Le Temps

Du laxisme au confinemen­t, le virage à 180 degrés néerlandai­s

- MARGAUX SOLINAS @margauxsol­i

POLITIQUE Après avoir prôné une approche très peu contraigna­nte sans masques ni fermetures, les Pays-Bas se reconfinen­t depuis le 14 octobre. Un changement de cap qui laisse perplexes les scientifiq­ues

Au mois de septembre, les rues d’Amsterdam ressemblai­ent à un paradis touristiqu­e européen. Pas le moindre signe de masques dans les échoppes, terrasses pleines à craquer, seuls quelques petits détails – tels que le gel hydroalcoo­lique devant les restaurant­s – rappelaien­t la présence du coronaviru­s chez les Néerlandai­s.

Le 13 octobre, changement de cap. Des mesures drastiques sont annoncées par le premier Ministre Mark Rutte en raison des hausses de cas (environ 6800 par semaine, +60% sur les deux semaines précédente­s). Fermeture totale du secteur hôtelier, pas plus de trois invités par jour dans sa maison et le port du masque dans les espaces publics clos deviennent la nouvelle norme pour deux à quatre semaines.

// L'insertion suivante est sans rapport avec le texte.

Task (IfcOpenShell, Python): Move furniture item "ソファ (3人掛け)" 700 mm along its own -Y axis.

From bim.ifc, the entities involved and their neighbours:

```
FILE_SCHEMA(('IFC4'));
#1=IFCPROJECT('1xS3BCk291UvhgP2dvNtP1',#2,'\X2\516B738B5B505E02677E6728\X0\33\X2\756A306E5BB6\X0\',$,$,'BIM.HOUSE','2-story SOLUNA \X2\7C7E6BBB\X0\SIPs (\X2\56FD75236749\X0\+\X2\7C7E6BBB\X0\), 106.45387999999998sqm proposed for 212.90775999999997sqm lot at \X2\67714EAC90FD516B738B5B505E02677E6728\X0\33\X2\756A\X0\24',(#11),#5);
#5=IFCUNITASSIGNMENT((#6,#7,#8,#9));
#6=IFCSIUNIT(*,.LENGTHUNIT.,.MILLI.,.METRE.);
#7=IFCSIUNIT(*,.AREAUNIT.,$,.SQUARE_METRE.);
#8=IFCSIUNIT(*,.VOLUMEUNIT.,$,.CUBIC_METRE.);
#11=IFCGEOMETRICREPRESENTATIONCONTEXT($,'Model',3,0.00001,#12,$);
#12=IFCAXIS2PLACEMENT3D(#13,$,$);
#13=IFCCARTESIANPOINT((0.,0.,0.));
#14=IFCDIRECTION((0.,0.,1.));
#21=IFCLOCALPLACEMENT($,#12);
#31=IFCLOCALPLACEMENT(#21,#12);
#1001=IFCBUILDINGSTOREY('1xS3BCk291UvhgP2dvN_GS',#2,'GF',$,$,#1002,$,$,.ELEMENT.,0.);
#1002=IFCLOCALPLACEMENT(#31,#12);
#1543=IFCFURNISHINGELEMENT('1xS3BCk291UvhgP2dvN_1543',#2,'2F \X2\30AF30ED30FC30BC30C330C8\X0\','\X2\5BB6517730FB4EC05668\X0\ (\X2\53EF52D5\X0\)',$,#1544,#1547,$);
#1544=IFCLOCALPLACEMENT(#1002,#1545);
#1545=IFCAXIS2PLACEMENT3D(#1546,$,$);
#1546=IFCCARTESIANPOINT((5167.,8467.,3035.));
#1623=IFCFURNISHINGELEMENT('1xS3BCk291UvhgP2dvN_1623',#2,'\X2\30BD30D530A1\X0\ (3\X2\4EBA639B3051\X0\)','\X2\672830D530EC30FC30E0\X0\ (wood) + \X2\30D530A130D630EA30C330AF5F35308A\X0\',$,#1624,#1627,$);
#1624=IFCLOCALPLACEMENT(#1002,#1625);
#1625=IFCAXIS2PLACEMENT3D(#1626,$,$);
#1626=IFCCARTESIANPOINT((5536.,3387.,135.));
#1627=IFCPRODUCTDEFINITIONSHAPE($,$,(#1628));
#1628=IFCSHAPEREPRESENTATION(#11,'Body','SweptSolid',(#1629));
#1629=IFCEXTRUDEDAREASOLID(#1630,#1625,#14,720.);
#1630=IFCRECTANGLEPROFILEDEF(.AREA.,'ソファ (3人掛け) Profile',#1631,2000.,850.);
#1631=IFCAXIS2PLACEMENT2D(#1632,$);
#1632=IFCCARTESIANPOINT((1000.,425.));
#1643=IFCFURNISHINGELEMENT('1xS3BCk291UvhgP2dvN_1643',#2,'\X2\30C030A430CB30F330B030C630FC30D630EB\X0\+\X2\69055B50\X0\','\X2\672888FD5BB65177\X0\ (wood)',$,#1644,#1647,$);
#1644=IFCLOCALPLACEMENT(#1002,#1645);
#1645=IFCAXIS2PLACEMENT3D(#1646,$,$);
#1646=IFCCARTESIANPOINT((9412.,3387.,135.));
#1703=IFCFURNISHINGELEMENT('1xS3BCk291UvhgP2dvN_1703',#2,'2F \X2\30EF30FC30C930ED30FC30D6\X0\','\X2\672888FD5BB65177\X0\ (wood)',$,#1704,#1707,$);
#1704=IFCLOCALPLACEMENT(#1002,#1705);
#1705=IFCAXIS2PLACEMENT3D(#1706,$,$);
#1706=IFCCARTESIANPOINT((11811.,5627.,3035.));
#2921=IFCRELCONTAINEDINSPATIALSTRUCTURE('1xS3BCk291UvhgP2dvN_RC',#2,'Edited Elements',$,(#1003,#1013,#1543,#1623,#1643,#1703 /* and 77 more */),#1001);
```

```python
import ifcopenshell
import ifcopenshell.api.geometry
import ifcopenshell.util.placement

model = ifcopenshell.open("bim.ifc")

item = model.by_guid("1xS3BCk291UvhgP2dvN_1623")
matrix = ifcopenshell.util.placement.get_local_placement(item.ObjectPlacement)
matrix[:3, 3] -= matrix[:3, 1] * 700.0
ifcopenshell.api.geometry.edit_object_placement(model, product=item, matrix=matrix, is_si=False)

print(ifcopenshell.util.placement.get_local_placement(item.ObjectPlacement).round(3) + 0.0)

model.write("bim_updated.ifc")
```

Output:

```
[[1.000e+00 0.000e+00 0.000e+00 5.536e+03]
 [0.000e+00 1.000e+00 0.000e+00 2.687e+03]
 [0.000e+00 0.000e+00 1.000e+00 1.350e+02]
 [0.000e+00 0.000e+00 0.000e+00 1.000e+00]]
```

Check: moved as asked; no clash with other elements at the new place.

«Nous voulons ralentir le virus, pas l’arrêter», scandait pourtant, le 21 avril, Ann Vossen, microbiolo­giste et membre de l’OMT (Outbreak Management Team), qui conseille le gouverneme­nt à propos de l’épidémie. Le 24 août, après avoir essuyé de vives critiques, Ann Vossen mentionnai­t dans une interview pour Dit is de Dag que l’immunité collective «n’était plus une option». Comment se fait-il que le gouverneme­nt ait alors tant attendu pour sévir et imposer aux Néerlandai­s un semi-confinemen­t? C’est une question à laquelle les scientifiq­ues néerlandai­s ont du mal à répondre.

Pas d’approche claire

«Il est clair que l’immunité collective était leur stratégie, mais après de nombreux reproches, ils ont réfuté cette possibilit­é, glisse Gowri Gopalakris­hna, épidémiolo­giste membre de la Red Team, l’équipe invitée par le gouverneme­nt à présenter leurs recherches sur les épidémies. Pourtant, au vu de la préparatio­n face à cette deuxième vague, de nombreux confrères imaginent que c’était toujours la tactique principale du cabinet.» Un point que réfute le gouverneme­nt.

Il n’est pourtant pas exclu que sa méthode soit différente de celle des voisins. En Allemagne, le gouverneme­nt cherche à maîtriser le virus et à empêcher totalement sa propagatio­n. «Aux Pays-Bas, l’objectif ne semble pas s’orienter vers cette réponse-là, rétorque Amrish Baidjoe, microbiolo­giste de la Red Team. La stratégie du pays suit le nombre de lits en soins intensifs. Ils ne sont pas motivés par un schéma du nombre d’infections ou une approche claire.»

Fait que nuance le docteur Aura Timen, membre de l’OMT: «Nous nous intéresson­s à quatre paramètres: le nombre de tests positifs par groupe d’âge, les admissions dans les hôpitaux, les admissions en soins intensifs et les infections dans les maisons de soins. Nous regardons également le nombre de tests positifs comme modèle. En juin-juillet, 1% des tests effectués étaient positifs, aujourd’hui c’est environ 14%.»

Si l’immunité collective semble inaccessib­le – 4% de la population testée serait protégée, selon une étude de l’Institut de santé néerlandai­s et de l’environnem­ent –, les nouvelles mesures prises semblent porter leurs fruits. Le taux de positivité est passé en une semaine de 60 à 38% même si, selon le docteur Timen, «il est trop tôt pour dire dans quelle direction nous nous dirigeons».